January 27, 2012

Thomas de Waal is a senior associate at the Carnegie Endowment for International Peace.

Dealing with an ally is straightforward. So is dealing with an adversary. The most difficult foreign policy challenge is dealing with an unpredictable ally who can do harm as well as good. Georgian President Mikheil Saakashvili falls into this category.

Saakashvili presides over a young, dynamic, Western-educated government that provides troops to the allied effort in Afghanistan and has undertaken some impressive reforms. Georgia’s crackdown on corruption in public bodies such as the police force and universities is an inspiring example to its post-Soviet neighbors.

But he has also been a high-maintenance and volatile leader. In 2008, he selectively interpreted the messages he was getting from Washington that he had strong U.S. support but should back away from a looming confrontation with Moscow over the breakaway provinces of Abkhazia and South Ossetia, and he led Georgia into a disastrous and unwinnable war with Russia. When his Western allies understandably chose not to intervene to help him fight, Saakashvili complained of betrayal.

For a long time after the 2008 war, the Georgian president was damaged goods — and not received at a high level in Western capitals. But he has worked hard to rehabilitate himself both domestically and abroad. He will be received in the Oval Office this week in large part as a token of gratitude for Georgia’s cooperative attitude in striking a deal with Moscow and waiving its right to veto Russia’s long-sought accession to the World Trade Organization.

For President Obama, the White House meeting will be an opportunity to speak to Saakashvili’s better angel and encourage him to behave responsibly in a year of political transition in Georgia.

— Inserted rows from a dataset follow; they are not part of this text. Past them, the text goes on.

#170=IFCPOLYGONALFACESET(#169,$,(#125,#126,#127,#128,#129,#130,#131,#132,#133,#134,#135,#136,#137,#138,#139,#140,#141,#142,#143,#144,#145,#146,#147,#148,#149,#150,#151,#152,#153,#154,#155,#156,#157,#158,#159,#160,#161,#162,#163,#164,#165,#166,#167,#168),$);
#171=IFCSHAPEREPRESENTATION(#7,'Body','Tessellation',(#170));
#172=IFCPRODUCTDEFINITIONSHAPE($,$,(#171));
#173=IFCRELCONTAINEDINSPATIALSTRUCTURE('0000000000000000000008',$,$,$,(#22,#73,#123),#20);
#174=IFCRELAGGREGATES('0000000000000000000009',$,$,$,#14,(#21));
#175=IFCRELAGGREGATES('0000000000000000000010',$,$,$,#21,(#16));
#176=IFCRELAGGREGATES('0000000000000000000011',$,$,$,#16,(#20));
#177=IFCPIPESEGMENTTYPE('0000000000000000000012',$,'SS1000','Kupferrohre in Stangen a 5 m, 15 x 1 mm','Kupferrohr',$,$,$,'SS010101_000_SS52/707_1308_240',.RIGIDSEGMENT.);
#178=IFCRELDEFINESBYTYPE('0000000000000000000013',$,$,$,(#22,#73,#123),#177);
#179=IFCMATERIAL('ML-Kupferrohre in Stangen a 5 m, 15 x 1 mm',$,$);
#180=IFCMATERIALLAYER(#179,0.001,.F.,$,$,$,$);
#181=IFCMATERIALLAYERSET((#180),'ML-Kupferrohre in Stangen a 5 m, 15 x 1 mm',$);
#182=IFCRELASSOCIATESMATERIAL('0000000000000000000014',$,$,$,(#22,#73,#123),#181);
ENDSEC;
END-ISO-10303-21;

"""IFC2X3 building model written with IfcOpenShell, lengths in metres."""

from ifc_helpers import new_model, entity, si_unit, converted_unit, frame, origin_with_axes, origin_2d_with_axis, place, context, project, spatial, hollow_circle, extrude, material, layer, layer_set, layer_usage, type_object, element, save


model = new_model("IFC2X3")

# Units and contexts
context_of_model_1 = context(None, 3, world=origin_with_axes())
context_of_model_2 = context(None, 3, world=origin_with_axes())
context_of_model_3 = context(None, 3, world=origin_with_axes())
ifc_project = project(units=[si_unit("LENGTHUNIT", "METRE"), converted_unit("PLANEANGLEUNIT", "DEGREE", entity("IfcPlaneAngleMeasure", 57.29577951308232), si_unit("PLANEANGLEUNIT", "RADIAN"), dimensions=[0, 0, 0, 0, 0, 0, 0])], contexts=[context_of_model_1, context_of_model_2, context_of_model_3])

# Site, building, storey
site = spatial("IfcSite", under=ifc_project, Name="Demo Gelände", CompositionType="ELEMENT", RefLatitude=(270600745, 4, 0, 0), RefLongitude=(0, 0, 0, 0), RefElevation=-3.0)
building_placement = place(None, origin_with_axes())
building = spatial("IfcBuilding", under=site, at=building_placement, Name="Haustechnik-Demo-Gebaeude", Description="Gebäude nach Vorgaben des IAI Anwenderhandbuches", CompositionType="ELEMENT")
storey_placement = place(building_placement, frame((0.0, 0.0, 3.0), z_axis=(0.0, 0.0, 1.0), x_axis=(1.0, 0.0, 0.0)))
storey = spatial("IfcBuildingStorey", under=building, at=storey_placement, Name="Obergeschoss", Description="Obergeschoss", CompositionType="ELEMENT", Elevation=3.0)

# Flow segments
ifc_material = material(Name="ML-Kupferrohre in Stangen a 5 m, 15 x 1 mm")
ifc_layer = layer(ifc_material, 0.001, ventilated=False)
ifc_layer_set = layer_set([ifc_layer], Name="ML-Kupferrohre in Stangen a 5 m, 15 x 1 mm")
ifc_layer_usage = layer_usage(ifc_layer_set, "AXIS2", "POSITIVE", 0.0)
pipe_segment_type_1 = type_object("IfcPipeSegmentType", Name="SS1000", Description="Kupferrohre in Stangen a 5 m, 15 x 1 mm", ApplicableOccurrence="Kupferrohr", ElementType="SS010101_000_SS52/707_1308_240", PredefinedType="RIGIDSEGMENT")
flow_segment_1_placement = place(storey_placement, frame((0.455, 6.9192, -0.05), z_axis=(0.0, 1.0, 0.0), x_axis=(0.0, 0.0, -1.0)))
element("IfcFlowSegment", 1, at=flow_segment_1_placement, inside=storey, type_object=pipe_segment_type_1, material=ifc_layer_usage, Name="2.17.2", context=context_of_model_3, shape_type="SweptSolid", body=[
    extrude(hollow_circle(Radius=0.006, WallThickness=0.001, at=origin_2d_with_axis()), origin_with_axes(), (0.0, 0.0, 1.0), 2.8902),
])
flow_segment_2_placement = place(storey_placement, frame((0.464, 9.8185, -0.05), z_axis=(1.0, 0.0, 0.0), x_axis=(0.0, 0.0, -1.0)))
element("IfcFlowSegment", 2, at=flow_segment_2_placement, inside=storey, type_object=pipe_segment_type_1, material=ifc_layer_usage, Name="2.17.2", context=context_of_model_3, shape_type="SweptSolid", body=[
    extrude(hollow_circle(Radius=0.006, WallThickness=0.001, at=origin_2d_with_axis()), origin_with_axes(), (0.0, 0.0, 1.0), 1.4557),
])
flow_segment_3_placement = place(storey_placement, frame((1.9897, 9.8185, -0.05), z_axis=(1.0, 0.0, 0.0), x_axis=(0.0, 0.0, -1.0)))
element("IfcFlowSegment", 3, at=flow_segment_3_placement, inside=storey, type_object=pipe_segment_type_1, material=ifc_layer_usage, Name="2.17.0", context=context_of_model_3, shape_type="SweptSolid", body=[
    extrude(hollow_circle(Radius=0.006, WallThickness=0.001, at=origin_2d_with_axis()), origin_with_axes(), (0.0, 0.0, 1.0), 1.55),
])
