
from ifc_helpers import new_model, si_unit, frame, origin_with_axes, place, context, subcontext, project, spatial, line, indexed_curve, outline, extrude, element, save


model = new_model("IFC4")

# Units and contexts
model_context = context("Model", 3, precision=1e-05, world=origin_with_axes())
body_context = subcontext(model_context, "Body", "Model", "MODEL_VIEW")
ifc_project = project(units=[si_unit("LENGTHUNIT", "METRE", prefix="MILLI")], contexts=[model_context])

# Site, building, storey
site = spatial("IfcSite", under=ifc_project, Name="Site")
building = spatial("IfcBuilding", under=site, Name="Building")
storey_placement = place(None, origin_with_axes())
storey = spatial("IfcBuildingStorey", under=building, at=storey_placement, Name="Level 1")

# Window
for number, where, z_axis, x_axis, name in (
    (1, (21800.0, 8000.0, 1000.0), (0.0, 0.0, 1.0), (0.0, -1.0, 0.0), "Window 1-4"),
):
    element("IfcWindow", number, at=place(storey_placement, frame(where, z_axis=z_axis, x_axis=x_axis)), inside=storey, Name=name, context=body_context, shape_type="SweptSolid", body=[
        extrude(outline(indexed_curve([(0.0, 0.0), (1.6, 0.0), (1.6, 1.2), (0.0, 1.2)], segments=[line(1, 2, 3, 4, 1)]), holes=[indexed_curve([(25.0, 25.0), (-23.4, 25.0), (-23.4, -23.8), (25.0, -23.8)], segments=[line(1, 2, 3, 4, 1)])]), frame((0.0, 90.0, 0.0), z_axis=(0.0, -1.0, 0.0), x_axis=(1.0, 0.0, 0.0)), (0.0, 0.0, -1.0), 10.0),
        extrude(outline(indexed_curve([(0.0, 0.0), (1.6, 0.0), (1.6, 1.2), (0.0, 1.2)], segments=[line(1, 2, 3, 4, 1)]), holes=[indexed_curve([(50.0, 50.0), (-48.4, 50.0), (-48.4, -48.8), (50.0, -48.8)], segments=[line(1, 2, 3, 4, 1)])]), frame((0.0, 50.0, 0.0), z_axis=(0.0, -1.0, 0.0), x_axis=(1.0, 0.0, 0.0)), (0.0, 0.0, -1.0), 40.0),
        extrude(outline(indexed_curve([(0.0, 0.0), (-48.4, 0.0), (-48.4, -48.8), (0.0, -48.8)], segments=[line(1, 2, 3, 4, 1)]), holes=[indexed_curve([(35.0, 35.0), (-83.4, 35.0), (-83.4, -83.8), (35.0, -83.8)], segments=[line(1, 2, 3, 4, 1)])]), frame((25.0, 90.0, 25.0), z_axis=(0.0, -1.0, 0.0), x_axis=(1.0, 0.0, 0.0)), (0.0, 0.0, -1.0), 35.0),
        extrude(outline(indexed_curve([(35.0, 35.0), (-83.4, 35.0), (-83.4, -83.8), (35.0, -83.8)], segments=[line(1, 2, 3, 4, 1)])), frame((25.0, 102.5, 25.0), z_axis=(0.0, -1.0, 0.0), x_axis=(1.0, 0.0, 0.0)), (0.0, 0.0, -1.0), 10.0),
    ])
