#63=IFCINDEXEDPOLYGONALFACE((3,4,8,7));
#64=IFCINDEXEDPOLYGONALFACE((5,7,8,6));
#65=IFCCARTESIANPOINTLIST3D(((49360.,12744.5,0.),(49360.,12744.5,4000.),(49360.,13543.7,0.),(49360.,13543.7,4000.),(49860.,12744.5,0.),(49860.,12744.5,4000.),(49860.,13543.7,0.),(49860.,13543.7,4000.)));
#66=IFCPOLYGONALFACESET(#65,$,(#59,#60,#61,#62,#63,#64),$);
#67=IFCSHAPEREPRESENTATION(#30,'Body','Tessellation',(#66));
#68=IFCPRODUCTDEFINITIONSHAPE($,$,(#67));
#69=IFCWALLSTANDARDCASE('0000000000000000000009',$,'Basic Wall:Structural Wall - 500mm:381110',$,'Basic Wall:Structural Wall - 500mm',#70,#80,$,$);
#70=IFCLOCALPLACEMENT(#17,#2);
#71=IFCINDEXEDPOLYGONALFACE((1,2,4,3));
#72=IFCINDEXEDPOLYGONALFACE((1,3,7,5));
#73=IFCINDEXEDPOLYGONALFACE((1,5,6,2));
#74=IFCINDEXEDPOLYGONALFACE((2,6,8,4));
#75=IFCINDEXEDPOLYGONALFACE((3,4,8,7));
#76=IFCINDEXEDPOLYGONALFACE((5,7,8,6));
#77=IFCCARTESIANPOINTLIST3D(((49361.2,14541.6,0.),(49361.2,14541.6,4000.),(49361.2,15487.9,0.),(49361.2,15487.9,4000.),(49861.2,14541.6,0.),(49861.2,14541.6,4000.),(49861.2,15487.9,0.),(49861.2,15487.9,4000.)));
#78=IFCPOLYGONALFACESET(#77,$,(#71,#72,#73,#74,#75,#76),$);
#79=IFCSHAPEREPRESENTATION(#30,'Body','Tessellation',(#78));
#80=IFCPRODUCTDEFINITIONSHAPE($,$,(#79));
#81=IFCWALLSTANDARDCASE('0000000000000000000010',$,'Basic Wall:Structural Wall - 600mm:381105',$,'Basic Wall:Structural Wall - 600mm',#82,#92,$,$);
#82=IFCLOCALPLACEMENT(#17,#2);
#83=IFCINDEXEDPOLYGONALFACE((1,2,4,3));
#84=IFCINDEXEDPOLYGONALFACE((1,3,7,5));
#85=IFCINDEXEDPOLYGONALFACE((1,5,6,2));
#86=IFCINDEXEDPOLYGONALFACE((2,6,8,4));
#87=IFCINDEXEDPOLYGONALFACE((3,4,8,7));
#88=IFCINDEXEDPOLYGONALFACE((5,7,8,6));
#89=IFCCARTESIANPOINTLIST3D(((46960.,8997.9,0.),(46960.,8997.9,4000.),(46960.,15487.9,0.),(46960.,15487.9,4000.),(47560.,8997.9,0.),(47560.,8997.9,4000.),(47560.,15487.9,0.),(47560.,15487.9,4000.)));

Saakashvili’s Georgia could be described as a mix of non-Russia and anti-Russia. “Non-Russia” refers to the country’s public service reforms, its recent law on the tolerance of religious minorities and its persistent tradition of pluralism. “Anti-Russia” means behavior that, in its extreme defiance of Vladimir Putin and his rule, frequently ends up mirroring them. Such behavior includes inflammatory rhetoric toward Russia (Saakashvili last year described Georgia as “civilization” and Russia as “barbarism”) and a worrying concentration of power in a few hands.

Present-day Georgia, as with Russia, is basically a one-party state in which a small group of elites control the executive, parliament, all regional authorities and the three national television channels. The judiciary is less than free. The dark side of Georgia’s campaign against corruption and criminality is that it has empowered a large and unaccountable police force. The country’s prisons are bursting with many inmates who should not be there; in 2011, Georgia ranked fourth in the world in the number of prisoners per capita.

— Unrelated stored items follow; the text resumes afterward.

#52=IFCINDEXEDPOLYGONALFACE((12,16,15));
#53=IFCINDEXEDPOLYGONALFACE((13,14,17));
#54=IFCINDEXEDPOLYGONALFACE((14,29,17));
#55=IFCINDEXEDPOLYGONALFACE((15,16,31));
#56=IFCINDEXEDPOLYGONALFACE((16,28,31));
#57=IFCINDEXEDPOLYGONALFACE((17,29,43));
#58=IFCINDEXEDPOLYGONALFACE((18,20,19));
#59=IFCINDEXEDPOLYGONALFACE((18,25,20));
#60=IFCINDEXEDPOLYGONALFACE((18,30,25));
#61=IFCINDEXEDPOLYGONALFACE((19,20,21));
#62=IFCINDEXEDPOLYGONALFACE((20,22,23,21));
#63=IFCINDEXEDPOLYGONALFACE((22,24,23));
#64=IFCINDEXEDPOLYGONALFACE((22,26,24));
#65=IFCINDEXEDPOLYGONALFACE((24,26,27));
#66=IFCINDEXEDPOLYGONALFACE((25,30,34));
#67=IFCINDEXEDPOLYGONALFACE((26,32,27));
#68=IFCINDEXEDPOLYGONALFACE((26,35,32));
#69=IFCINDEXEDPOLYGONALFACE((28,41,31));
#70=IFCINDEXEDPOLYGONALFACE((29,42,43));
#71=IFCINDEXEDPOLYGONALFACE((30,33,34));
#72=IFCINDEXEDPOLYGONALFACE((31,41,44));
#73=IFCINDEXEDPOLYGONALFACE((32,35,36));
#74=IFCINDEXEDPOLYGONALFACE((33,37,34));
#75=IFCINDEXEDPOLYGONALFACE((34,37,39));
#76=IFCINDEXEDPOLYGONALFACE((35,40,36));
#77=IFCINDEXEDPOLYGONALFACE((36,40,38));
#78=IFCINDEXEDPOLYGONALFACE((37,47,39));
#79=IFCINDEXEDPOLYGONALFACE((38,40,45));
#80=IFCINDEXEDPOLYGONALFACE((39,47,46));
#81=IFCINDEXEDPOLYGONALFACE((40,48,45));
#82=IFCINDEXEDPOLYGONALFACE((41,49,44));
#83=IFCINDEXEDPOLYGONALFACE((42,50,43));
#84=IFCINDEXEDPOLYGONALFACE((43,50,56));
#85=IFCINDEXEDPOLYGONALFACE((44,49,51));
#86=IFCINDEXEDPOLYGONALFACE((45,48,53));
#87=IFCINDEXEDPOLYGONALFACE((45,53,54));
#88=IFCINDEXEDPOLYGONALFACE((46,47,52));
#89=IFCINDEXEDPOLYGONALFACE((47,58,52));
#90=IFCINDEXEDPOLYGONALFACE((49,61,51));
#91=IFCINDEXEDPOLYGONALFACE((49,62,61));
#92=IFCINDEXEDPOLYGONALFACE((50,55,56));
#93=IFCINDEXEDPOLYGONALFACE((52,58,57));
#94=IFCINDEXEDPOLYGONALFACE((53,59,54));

Until recently, the governing elite has not faced serious opposition and was cruising toward victory in parliamentary and presidential elections scheduled for later this year and next January, respectively. Last year, however, it faced an unexpected challenge when popular Georgian billionaire Bidzina Ivanishvili announced he was going into opposition politics. His demarche mobilized a large segment of Georgians who are tired of the current administration’s economic policies and domination of the political scene.

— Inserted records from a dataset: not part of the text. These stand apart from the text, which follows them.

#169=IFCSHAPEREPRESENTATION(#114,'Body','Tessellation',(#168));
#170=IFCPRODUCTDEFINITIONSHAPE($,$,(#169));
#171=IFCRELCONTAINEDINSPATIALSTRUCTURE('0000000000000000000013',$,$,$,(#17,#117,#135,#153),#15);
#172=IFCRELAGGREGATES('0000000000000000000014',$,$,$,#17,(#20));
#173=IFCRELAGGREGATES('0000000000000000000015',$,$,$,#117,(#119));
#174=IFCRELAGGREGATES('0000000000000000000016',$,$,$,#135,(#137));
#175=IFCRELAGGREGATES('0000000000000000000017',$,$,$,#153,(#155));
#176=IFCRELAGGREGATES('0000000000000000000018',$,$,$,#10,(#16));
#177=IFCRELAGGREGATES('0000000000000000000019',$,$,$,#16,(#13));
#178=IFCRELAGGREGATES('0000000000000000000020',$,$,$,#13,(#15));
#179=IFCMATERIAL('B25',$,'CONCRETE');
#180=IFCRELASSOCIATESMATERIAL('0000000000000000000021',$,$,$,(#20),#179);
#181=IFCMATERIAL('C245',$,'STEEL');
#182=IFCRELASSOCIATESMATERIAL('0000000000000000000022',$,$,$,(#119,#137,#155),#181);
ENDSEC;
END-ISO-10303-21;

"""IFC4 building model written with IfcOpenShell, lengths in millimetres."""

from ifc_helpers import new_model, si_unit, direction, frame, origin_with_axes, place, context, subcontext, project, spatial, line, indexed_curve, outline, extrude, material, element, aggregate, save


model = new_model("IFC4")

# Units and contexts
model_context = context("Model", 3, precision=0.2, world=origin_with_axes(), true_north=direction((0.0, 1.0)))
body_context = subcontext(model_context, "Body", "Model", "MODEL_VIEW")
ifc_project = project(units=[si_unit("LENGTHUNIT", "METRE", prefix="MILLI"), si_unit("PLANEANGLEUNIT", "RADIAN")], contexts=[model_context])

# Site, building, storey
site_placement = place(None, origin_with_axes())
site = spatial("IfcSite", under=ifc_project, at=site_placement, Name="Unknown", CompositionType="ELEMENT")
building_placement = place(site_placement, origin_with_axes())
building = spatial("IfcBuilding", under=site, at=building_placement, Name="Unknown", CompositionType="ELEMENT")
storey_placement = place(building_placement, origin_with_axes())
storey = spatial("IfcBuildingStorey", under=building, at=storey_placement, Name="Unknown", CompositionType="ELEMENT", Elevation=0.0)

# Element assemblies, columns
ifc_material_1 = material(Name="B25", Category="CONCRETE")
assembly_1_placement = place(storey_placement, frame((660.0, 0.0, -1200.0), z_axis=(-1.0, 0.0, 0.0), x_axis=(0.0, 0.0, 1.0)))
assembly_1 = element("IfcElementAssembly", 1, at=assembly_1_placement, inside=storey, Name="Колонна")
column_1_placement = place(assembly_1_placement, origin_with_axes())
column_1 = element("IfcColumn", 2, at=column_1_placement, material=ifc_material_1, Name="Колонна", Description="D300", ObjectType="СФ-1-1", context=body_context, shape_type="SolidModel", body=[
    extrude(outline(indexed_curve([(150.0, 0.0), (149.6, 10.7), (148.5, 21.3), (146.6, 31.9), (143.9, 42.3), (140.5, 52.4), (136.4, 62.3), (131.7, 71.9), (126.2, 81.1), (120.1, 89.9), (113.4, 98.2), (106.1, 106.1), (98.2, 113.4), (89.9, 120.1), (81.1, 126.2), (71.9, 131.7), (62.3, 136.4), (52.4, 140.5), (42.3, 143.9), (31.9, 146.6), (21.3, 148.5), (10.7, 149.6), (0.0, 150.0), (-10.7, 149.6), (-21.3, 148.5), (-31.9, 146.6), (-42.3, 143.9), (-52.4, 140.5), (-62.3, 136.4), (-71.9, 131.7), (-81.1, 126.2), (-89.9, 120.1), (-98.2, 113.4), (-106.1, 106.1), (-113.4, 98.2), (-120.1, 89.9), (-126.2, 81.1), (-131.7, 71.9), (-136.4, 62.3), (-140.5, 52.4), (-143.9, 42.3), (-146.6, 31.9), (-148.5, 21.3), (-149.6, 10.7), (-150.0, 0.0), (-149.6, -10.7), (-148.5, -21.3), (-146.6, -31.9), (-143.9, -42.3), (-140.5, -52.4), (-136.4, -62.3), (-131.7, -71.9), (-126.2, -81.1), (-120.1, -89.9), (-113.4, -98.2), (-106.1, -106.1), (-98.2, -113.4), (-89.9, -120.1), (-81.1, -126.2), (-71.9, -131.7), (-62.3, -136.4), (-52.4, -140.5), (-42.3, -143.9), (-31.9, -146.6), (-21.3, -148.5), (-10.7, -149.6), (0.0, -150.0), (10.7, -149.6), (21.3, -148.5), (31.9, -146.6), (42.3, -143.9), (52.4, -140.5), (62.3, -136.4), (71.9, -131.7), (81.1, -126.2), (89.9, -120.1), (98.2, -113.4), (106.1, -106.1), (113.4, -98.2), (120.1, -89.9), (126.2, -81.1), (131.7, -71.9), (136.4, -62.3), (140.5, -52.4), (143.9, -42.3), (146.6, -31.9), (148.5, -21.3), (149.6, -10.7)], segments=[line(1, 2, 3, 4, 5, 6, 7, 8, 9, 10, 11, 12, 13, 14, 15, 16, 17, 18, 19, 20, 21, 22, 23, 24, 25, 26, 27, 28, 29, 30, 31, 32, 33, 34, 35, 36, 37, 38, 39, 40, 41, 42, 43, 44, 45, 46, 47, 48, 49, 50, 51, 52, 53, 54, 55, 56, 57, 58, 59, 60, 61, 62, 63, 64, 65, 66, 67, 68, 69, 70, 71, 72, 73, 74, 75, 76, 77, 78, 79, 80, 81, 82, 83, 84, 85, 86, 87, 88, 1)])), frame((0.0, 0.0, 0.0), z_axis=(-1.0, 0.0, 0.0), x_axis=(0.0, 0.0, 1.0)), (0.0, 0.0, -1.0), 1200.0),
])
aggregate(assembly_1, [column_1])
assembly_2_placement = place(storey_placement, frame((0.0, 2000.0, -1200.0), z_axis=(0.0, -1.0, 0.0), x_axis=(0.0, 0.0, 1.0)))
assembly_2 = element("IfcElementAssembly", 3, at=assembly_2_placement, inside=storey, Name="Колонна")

There are certainly question marks about Ivanishvili, an eccentric businessman who made his money in Russia in the 1990s and who is untested in politics. But the government’s reaction to him illustrated its ugliest instincts: Ivanishvili was stripped of his passport on a legal technicality, and the bank he owned was heavy-handedly raided over allegations of money-laundering. The pro-government media crudely portrayed Ivanishvili as a Russian stooge, which is unlikely to be true, given that he chose some of Georgia's most pro-Western opposition politicians as his main political allies.

Saakashvili has so far failed this democracy test. Soon he faces an even bigger one. In 2004, Saakashvili had Georgia's constitution changed to strengthen his own executive powers. Last year, with the end of his second presidential term approaching in early 2013, Saakashvili had the basic law amended again to ensure that, as soon as he leaves office, the presidency transfers most of its powers to a new, and strong, prime ministerial position. The presumption both in and outside Georgia was that Saakashvili was seeking to “pull a Putin” and take the prime minister’s job.

Saakashvili has been evasive as to whether he is indeed seeking to make that switch.

Georgia’s elite are modernizers, not democrats. They occasionally say that they cannot afford to allow more democracy in their country because that would “stop reforms,” opposition politicians would gain power and Georgia would slide backward. It is a seductive message — yet still wrong. Checks and balances and term limits exist to stop elites from putting themselves before their citizens.

So this is Georgia’s next big test. If Saakashvili can leave the scene gracefully when his term ends and allow a more pluralistic politics to emerge in Georgia after him, he will set a good example to the rest of the former Soviet Union, Russia included. If not, Washington will have a problematic partner in Georgia.